Guildford JH, Alfonso E, Roussel TJ, Culbertson WW, Cristol SM, Forster RK. Large Therapeutic Keratoplasty in Microbial Keratitis. Invest Ophthalmol Vis Sci 1988; 29(suppl):6.
Progressive microbial keratitis can result in frank or impending corneal perforations necessitating therapeutic penetrating keratoplasty. With extensive corneal involvement, large penetrating grafts are often necessary to restore the integrity of the globe and intraocular contents.

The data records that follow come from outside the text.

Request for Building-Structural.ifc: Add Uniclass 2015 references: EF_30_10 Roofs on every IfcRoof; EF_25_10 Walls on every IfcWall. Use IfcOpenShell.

First a look at what the model holds.

```python
import ifcopenshell

model = ifcopenshell.open("Building-Structural.ifc")
print(model.schema)
print("classifications:", [c.Name for c in model.by_type("IfcClassification")])
for ifc_class in ("IfcDoor", "IfcRoof", "IfcStair", "IfcWall", "IfcWindow"):
    print(ifc_class, len(model.by_type(ifc_class)))
```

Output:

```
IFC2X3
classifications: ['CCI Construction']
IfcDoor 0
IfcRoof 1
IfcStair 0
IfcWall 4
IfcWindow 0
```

```python
import ifcopenshell
import ifcopenshell.api.classification

model = ifcopenshell.open("Building-Structural.ifc")

# IFC2X3 requires Source and Edition and has no link from the project to the system.
system = model.create_entity("IfcClassification", Source="NBS", Edition="2015", Name="Uniclass 2015")

codes = {
    "IfcRoof": ("EF_30_10", "Roofs"),
    "IfcWall": ("EF_25_10", "Walls"),
}
for ifc_class, (code, name) in codes.items():
    products = model.by_type(ifc_class)
    ifcopenshell.api.classification.add_reference(
        model, products=products, classification=system, identification=code, name=name
    )
    print(code, len(products))

model.write("Building-Structural_updated.ifc")
```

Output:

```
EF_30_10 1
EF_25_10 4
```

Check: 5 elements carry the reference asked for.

From January 1979 through July 1987, 24 therapeutic penetrating keratoplasties with recipient beds 9 mm or greater were performed for microbial keratitis at the Bascom Palmer Eye Institute. These procedures were completed on a total of 20 eyes. Of those, 11 were fungal, 8 were bacterial and one was mixed bacterial and fungal. Fusarium species was identified in 11 eyes. Pseudomonas aeruginosa was cultured from 6 eyes. Recurrence of infection in the graft was noted in five eyes (20%). Four of these underwent repeat keratoplasty with subsequent resolution of the infection in three cases. Structural integrity of the globe was maintained in 19 of 20 eyes (95%), however, graft failure was noted in 17 of 20 eyes (85%). Those grafts remaining clear have follow-up less than three months. Eyes with fungal keratitis failed earlier than those eyes with bacterial keratitis. Mean interval to graft failure was 4 weeks in fungal keratitis and 16 weeks in bacterial keratitis. Of the 20 eyes, 11 (55%) had uncontrolled intraocular pressure elevation above 30 mm Hg despite topical and systemic pressure reducing medication.